When a line below holds the string "IfcBeam", show that line.

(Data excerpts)
==========

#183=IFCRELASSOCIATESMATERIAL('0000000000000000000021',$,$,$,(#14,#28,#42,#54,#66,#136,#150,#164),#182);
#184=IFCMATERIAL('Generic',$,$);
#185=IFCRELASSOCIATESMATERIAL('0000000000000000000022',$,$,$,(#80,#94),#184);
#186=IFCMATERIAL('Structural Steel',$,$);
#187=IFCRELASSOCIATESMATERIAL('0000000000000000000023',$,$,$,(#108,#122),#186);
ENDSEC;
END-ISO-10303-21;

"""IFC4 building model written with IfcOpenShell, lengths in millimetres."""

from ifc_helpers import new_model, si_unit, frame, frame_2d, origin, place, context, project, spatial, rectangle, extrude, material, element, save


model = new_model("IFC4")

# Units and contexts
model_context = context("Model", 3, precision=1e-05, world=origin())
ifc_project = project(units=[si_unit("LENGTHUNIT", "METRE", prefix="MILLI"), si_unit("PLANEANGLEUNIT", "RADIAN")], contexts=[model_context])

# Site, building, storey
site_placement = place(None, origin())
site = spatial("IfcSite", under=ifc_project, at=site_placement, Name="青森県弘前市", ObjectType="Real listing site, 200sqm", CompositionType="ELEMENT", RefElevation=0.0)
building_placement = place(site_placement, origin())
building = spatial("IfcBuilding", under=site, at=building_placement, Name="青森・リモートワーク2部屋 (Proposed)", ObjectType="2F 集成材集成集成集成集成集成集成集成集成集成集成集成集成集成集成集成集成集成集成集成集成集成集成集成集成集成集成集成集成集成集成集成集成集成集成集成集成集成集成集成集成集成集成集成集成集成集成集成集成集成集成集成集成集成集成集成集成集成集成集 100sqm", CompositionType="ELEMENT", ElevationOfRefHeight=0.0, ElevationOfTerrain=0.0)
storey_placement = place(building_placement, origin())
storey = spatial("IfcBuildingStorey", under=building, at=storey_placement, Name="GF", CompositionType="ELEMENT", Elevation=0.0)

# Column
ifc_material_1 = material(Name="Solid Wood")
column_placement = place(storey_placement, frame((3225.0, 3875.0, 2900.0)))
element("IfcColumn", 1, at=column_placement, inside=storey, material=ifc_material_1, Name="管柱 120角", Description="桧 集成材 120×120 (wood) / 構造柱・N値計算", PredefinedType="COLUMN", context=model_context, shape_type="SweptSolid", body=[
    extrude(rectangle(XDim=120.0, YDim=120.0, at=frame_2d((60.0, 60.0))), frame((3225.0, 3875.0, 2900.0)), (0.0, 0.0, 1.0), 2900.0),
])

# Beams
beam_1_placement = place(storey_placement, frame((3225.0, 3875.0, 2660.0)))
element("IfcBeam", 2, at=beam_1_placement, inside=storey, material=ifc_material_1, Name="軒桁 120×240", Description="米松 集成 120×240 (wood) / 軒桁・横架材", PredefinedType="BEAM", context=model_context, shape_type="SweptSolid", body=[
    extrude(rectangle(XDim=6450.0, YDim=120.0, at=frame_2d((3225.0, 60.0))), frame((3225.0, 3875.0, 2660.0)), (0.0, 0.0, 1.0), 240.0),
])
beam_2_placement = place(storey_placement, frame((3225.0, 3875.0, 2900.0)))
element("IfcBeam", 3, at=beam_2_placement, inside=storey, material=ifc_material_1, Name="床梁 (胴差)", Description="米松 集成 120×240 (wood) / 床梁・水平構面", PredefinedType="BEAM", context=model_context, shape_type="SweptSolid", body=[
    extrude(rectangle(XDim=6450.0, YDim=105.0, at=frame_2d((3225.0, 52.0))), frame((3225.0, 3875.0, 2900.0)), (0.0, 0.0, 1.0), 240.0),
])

==========

__EXERCISE SOLUTION__
element("IfcBeam", 2, at=beam_1_placement, inside=storey, material=ifc_material_1, Name="軒桁 120×240", Description="米松 集成 120×240 (wood) / 軒桁・横架材", PredefinedType="BEAM", context=model_context, shape_type="SweptSolid", body=[
element("IfcBeam", 3, at=beam_2_placement, inside=storey, material=ifc_material_1, Name="床梁 (胴差)", Description="米松 集成 120×240 (wood) / 床梁・水平構面", PredefinedType="BEAM", context=model_context, shape_type="SweptSolid", body=[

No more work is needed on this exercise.